Thats what I thought, the guy is German living in Malaysia is being transferred to UAE, Qatar or Oman and wants to take his Malay/Chinese (non muslum) maid. I told him it's not going to happen.

Like your sentiment at bottom of your post, I felt the same after 11yrs based in ME and UAE


----------



## Jynxgirl (Nov 27, 2009)

It has been said that 'sometimes' they will allow it for single fathers. BUT the bigger hurdle... What actual passport does the person have? If it is not Bangladesh, Ethiopia, India, Indonesia, Philippines, Sri Lanka or India, no reason bother going forward with the said issue.


----------



## Elphaba (Jan 24, 2008)

It cannot be done. A single man not sponsor a maid as they may not live under the same roof and her nationality is not on the list that is approved for domestic staff.
-


----------



## vona62 (Oct 4, 2009)

Elphaba said:


> It cannot be done. A single man not sponsor a maid as they may not live under the same roof and her nationality is not on the list that is approved for domestic staff.
> -


Hi Elphaba

Does this rule as stated definately apply to _Oman_ and UAE expats. 
I also heard it said that a Chinese national (even Malay resident) with Chinese passport is not permitted by PRC government to work as a maid in ME or anywhere else.


----------



## Gavtek (Aug 23, 2009)

He should just do the decent thing and marry her or at least respect her enough to call her his girlfriend (as a particularly messy single guy who lives in a fairly big property, I don't need any more than 4 hours of maid's service a week so let's not carry on with that charade..).


----------



## pamela0810 (Apr 5, 2010)

Gavtek said:


> He should just do the decent thing and marry her or at least respect her enough to call her his girlfriend (as a particularly messy single guy who lives in a fairly big property, I don't need any more than 4 hours of maid's service a week so let's not carry on with that charade..).

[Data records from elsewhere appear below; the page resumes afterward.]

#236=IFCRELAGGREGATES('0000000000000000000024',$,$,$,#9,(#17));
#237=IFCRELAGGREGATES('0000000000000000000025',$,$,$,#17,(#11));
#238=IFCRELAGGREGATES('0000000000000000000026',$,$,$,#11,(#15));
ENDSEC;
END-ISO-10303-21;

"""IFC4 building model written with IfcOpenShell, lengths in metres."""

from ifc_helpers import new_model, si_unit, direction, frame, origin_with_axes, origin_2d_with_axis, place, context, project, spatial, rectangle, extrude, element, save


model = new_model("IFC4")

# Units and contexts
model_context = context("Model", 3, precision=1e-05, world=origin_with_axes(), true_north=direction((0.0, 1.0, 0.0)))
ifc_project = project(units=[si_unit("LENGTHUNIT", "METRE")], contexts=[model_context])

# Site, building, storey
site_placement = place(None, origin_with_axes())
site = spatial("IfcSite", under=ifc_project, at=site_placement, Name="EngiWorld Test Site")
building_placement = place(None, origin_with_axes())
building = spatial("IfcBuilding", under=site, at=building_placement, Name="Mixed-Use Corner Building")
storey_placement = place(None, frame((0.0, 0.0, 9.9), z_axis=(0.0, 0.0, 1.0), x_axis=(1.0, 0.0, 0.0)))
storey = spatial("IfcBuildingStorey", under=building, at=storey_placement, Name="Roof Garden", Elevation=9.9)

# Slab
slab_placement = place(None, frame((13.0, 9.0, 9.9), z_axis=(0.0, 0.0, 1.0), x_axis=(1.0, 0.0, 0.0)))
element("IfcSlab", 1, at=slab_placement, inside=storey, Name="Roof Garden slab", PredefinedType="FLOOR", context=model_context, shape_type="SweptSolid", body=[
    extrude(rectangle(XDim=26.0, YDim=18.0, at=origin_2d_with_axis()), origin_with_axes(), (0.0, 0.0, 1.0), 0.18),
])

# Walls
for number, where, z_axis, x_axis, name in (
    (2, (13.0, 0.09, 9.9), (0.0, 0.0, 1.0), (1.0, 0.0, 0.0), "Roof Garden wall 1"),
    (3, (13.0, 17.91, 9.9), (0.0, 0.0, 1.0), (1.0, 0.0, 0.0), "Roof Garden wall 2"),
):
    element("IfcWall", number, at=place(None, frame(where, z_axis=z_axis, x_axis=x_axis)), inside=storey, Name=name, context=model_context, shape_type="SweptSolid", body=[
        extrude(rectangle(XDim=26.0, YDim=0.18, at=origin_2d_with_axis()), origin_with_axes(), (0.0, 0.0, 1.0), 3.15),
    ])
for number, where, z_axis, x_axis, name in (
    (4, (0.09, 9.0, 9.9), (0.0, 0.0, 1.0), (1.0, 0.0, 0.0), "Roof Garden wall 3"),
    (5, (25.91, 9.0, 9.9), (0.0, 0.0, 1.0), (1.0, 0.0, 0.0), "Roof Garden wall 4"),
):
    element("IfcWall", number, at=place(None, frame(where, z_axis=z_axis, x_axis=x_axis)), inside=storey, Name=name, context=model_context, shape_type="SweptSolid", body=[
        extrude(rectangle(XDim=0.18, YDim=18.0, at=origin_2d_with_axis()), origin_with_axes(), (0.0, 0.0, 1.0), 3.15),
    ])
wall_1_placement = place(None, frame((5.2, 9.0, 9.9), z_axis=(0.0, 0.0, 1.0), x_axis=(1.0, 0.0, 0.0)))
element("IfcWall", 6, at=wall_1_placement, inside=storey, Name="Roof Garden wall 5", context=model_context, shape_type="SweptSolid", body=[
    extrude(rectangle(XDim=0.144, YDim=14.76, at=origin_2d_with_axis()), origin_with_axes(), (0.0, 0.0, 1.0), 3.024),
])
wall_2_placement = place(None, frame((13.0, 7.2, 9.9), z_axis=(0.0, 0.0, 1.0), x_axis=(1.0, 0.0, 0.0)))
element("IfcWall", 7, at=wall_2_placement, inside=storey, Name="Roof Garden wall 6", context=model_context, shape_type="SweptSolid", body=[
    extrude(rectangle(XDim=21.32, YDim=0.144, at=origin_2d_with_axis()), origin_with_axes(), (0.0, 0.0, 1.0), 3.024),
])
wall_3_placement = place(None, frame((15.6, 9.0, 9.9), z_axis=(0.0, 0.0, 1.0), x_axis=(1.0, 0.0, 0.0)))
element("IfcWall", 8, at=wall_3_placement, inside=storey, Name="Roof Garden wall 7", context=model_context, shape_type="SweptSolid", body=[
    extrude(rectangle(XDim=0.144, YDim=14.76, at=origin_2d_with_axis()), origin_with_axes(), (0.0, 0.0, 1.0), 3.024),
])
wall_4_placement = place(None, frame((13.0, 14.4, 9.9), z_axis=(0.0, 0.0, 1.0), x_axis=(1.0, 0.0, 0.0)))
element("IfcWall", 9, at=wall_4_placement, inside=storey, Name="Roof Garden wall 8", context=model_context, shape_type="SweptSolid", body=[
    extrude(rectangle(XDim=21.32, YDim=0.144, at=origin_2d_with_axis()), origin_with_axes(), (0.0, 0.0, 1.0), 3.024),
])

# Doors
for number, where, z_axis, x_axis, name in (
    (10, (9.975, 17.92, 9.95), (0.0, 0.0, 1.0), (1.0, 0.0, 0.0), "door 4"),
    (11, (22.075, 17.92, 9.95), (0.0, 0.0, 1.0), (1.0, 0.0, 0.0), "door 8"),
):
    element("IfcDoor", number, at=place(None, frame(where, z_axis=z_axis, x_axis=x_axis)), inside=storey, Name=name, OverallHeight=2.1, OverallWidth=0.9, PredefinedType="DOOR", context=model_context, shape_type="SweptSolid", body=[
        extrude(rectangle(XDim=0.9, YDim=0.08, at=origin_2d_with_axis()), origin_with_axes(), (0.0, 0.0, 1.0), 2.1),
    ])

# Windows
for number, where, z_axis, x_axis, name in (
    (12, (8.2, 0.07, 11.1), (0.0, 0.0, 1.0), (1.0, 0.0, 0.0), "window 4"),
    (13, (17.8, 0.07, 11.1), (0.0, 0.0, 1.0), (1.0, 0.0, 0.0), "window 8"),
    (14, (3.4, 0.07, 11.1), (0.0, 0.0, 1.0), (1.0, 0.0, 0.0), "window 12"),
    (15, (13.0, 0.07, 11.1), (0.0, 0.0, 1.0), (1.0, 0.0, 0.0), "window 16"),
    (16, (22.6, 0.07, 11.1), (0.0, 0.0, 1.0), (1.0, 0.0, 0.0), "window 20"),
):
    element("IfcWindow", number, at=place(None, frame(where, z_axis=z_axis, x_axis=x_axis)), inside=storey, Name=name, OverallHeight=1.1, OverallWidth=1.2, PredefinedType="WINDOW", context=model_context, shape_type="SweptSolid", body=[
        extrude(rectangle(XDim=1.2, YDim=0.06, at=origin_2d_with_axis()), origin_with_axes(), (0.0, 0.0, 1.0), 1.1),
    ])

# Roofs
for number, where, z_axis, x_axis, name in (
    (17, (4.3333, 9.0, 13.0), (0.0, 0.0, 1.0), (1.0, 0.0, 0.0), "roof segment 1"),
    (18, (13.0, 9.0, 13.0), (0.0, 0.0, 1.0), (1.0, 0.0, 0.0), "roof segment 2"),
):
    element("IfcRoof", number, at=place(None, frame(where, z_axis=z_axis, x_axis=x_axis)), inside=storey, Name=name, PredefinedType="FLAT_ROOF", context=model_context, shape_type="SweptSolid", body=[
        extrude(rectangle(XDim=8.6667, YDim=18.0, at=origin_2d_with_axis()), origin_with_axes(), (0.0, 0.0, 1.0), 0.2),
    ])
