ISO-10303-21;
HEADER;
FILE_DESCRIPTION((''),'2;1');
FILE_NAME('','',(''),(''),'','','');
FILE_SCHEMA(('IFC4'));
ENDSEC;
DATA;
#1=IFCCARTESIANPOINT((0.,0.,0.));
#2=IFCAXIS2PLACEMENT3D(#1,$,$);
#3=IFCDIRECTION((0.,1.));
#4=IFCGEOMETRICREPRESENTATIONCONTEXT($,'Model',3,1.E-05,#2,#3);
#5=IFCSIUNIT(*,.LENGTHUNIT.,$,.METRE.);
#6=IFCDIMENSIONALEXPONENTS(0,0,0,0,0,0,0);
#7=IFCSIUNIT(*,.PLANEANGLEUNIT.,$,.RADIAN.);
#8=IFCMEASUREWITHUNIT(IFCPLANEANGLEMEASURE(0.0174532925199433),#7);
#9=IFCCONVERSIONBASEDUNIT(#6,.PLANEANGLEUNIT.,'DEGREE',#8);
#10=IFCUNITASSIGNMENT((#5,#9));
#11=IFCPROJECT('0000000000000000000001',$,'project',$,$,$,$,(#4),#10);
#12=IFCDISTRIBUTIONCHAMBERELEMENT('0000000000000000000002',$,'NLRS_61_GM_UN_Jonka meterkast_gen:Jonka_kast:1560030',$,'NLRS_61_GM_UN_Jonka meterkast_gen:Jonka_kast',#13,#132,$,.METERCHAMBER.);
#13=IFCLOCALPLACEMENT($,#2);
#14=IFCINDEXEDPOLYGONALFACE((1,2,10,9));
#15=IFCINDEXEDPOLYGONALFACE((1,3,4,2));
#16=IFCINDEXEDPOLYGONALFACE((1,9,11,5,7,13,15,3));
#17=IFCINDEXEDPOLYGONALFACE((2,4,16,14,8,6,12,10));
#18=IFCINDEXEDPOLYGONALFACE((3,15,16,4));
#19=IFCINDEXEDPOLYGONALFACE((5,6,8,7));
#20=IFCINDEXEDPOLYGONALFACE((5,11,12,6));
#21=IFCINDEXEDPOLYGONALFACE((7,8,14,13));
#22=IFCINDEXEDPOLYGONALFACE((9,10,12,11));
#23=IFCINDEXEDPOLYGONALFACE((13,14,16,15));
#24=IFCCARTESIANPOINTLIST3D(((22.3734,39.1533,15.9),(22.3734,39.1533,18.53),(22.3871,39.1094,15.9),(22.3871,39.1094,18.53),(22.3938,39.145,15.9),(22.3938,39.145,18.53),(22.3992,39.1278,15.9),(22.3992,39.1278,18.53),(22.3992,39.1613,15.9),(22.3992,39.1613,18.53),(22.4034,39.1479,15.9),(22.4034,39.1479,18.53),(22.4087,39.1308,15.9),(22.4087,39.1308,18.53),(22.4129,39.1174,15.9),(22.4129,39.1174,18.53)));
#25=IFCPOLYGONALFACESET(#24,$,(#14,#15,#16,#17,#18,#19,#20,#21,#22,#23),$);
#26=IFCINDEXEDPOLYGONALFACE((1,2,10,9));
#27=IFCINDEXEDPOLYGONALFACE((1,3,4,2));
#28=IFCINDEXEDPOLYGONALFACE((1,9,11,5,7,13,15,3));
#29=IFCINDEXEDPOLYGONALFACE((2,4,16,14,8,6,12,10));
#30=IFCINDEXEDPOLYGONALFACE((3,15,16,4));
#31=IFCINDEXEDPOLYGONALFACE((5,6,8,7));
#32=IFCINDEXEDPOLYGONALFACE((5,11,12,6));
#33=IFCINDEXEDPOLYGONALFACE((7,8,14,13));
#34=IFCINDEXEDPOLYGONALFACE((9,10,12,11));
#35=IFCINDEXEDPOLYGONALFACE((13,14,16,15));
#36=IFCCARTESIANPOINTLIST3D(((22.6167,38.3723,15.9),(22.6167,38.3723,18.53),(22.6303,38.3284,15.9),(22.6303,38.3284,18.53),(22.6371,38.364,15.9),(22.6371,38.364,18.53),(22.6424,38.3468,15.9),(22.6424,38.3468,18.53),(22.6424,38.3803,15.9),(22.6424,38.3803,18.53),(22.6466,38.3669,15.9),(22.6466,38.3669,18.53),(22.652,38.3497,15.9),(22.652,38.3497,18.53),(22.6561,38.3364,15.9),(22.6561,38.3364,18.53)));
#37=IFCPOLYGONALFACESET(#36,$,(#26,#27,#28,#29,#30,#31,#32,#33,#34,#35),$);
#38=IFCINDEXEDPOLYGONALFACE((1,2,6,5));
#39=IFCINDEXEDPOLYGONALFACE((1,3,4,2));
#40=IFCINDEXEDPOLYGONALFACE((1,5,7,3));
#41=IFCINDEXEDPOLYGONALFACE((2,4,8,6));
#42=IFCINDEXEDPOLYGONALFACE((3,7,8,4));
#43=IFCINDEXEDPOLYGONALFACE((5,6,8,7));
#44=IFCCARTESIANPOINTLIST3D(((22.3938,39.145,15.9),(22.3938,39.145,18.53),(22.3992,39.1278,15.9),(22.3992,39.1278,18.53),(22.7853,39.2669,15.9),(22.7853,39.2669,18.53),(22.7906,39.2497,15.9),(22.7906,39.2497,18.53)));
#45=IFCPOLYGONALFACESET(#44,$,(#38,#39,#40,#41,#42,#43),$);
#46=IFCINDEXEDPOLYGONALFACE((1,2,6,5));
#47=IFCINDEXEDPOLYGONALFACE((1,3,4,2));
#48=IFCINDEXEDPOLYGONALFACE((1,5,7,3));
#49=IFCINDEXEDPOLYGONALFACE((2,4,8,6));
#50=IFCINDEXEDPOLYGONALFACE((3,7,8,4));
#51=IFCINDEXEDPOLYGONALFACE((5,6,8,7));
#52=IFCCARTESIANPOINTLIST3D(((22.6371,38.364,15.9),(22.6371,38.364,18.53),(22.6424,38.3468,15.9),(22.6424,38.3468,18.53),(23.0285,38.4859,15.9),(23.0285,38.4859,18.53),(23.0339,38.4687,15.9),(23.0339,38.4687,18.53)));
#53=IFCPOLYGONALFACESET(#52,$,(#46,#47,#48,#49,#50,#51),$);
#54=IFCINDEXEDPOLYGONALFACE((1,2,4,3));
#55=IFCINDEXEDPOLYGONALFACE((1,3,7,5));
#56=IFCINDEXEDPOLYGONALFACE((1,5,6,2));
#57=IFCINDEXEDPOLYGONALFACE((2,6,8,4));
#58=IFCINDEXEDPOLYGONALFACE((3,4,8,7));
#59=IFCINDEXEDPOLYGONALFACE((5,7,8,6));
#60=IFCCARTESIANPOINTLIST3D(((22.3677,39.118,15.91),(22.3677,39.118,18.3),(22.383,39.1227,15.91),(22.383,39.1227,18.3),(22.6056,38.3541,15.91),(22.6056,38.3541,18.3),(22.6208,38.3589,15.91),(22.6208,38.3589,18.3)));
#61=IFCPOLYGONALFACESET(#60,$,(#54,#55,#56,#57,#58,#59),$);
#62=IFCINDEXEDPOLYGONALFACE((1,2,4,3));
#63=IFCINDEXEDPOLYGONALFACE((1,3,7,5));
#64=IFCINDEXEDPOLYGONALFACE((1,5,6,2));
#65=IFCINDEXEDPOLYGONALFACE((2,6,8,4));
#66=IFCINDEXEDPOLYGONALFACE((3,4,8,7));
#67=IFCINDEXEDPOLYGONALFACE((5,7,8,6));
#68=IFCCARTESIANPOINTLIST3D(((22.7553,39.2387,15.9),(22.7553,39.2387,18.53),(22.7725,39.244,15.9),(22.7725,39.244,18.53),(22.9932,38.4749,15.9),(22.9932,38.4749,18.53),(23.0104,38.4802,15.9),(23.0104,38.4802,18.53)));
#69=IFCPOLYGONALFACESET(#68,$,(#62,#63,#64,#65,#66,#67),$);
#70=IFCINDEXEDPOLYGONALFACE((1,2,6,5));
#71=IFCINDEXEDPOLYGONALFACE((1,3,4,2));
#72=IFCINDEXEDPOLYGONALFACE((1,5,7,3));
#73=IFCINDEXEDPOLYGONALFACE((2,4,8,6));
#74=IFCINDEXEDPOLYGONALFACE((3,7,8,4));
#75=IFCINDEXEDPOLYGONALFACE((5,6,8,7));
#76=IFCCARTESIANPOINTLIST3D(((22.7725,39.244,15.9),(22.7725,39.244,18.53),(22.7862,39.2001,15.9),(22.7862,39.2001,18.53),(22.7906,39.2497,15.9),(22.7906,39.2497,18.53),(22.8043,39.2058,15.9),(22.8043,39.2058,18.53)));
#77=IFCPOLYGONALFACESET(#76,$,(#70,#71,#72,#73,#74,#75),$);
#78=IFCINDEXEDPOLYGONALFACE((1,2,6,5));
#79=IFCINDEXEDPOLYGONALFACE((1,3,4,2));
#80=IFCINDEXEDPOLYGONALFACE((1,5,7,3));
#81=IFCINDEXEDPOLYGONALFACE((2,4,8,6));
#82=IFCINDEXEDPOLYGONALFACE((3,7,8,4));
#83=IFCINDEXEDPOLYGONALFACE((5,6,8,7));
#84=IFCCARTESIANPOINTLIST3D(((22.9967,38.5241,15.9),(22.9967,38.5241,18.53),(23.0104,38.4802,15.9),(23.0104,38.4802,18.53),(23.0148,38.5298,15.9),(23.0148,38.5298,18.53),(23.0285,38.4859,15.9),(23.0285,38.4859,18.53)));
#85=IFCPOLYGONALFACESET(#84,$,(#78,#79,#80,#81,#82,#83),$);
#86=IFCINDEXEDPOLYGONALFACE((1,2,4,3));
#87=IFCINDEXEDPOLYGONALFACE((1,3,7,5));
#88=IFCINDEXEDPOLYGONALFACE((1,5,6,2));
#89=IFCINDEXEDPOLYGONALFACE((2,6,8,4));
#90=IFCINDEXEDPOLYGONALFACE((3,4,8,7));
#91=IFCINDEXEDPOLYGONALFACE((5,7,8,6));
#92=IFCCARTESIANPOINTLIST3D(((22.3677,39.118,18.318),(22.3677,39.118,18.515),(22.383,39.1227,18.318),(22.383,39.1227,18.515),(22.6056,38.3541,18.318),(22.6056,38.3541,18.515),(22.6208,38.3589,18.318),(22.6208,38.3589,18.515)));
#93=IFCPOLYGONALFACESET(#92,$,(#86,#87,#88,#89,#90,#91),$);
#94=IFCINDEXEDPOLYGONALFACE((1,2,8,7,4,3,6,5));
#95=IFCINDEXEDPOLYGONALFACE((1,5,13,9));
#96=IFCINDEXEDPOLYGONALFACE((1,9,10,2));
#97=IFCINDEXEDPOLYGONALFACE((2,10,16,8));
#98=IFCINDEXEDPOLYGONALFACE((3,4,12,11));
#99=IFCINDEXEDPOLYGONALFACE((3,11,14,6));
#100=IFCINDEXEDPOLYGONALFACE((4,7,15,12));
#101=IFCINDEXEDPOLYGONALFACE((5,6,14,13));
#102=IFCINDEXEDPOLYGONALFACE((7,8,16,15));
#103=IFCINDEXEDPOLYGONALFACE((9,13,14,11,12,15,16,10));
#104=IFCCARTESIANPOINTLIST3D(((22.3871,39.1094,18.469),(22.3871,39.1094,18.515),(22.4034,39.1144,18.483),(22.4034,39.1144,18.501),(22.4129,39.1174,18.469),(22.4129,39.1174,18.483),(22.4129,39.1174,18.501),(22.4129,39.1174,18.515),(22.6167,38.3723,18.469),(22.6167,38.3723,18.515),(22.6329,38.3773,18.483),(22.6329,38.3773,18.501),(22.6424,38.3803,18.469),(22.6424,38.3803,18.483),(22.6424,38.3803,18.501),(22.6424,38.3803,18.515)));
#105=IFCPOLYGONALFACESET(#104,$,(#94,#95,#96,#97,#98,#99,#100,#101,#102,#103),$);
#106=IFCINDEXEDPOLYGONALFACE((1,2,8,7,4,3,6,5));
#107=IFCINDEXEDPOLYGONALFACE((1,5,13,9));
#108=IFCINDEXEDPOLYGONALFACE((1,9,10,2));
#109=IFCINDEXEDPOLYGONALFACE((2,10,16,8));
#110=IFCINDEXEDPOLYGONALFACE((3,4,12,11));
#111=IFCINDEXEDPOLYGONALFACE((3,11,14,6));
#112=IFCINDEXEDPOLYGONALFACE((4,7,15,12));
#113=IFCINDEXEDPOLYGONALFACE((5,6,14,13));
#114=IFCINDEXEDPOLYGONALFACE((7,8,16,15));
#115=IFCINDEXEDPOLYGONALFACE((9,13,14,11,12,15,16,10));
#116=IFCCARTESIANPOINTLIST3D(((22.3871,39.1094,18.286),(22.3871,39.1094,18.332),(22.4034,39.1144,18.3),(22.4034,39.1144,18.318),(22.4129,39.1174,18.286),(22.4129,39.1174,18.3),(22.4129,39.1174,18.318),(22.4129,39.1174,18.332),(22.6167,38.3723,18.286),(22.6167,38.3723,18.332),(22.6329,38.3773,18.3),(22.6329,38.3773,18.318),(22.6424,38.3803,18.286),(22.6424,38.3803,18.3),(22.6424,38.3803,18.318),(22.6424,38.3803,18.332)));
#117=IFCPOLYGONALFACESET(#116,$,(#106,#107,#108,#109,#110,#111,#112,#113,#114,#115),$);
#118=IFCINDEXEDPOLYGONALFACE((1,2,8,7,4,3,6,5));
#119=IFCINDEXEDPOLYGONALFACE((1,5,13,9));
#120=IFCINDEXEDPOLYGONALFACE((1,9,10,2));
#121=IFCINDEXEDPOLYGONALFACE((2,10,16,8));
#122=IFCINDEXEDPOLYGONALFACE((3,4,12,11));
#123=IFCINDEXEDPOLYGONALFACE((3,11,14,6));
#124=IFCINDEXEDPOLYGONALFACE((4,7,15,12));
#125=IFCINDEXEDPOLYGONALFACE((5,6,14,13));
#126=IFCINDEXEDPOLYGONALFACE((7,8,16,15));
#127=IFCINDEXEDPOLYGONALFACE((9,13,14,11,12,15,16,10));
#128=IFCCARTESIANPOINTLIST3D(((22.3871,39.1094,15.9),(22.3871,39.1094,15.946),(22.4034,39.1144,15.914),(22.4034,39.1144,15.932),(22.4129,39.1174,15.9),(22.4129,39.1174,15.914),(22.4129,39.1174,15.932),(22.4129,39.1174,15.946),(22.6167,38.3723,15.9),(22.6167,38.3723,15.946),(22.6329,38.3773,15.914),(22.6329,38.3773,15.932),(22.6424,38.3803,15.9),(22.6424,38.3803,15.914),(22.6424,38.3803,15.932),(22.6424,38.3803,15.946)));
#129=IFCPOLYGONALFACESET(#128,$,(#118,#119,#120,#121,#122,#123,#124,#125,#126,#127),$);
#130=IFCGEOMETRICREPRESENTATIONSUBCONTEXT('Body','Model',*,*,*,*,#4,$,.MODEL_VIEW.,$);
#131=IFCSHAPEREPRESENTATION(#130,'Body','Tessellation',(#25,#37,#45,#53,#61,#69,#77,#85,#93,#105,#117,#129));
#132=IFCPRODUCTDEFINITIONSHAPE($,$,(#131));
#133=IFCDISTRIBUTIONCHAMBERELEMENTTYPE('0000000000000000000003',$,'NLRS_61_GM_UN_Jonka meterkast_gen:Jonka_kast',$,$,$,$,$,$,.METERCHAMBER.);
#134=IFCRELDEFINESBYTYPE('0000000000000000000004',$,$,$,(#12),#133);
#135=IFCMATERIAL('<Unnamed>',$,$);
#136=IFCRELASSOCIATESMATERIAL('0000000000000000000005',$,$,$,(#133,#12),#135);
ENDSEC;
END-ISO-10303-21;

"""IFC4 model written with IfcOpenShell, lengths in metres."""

from ifc_helpers import new_model, entity, si_unit, converted_unit, direction, frame, origin, place, context, subcontext, project, indexed_curve, outline, extrude, source, transform, mapped, material, type_object, type_shapes, element, save


model = new_model("IFC4")

# Units and contexts
model_context = context("Model", 3, precision=1e-05, world=origin(), true_north=direction((0.0, 1.0)))
body_context = subcontext(model_context, "Body", "Model", "MODEL_VIEW")
ifc_project = project(units=[si_unit("LENGTHUNIT", "METRE"), converted_unit("PLANEANGLEUNIT", "DEGREE", entity("IfcPlaneAngleMeasure", 0.0174532925199433), si_unit("PLANEANGLEUNIT", "RADIAN"), dimensions=[0, 0, 0, 0, 0, 0, 0])], contexts=[model_context])

# Distribution chamber element
ifc_material = material(Name="<Unnamed>")
distribution_chamber_element_type = type_object("IfcDistributionChamberElementType", Name="NLRS_61_GM_UN_Jonka meterkast_gen:Jonka_kast", PredefinedType="METERCHAMBER", material=ifc_material)
shared_shape_1 = source(origin(), body_context, "Body", "SweptSolid", [
    extrude(outline(indexed_curve([(-0.0093, -0.023), (0.0178, -0.023), (0.0178, 0.023), (-0.0093, 0.023), (-0.0093, 0.009), (0.0007, 0.009), (0.0007, -0.009), (-0.0093, -0.009), (-0.0093, -0.023)], self_intersect=False)), frame((-0.409, -0.4092, 0.0), z_axis=(0.0, 0.0, 1.0), x_axis=(0.0, -1.0, 0.0)), (0.0, 0.0, 1.0), 2.63),
    extrude(outline(indexed_curve([(-0.0093, -0.023), (0.0178, -0.023), (0.0178, 0.023), (-0.0093, 0.023), (-0.0093, 0.009), (0.0007, 0.009), (0.0007, -0.009), (-0.0093, -0.009), (-0.0093, -0.023)], self_intersect=False)), frame((0.409, -0.4092, 0.0), z_axis=(0.0, 0.0, 1.0), x_axis=(0.0, -1.0, 0.0)), (0.0, 0.0, 1.0), 2.63),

I was thinking the exact same thing! 
This man seems more committed to his housekeeper than some people are to their relationships!


----------



## Elphaba (Jan 24, 2008)

vona62 said:


> Hi Elphaba
> 
> Does this rule as stated definately apply to _Oman_ and UAE expats.
> I also heard it said that a Chinese national (even Malay resident) with Chinese passport is not permitted by PRC government to work as a maid in ME or anywhere else.


This is the Dubai/UAE section so info provided refer to there, but I am sure the rules are the same for Oman. Only specific nationalities are permitted to be sponsored as domestic servants and Chinese is not on the list.

As I said earlier it cannot be done. These are the rules and they are not likely to change for this man.
-


----------



## vona62 (Oct 4, 2009)

Elphaba said:


> This is the Dubai/UAE section so info provided refer to there, but I am sure the rules are the same for Oman. Only specific nationalities are permitted to be sponsored as domestic servants and Chinese is not on the list.
> 
> As I said earlier it cannot be done. These are the rules and they are not likely to change for this man.
> -


Thanks Elphaba, I'll pass info along.

In reply to other posts, Gavtek/Pamela - the guy is a 57yr old widower, the lady has been with his family since his kids were born, she's his family, not all situations are to be measured to your own personal standards.


----------



## pamela0810 (Apr 5, 2010)

vona62 said:


> Thanks Elphaba, I'll pass info along.
> 
> In reply to other posts, Gavtek/Pamela - the guy is a 57yr old widower, the lady has been with his family since his kids were born, she's his family, not all situations are to be measured to your own personal standards.


All you mentioned was "single man wanting to relocate to the UAE/Oman with his live-in single female housemaid." We were merely stating out loud what I'm sure a lot of people were thinking already. I do hope they find a suitable solution.


----------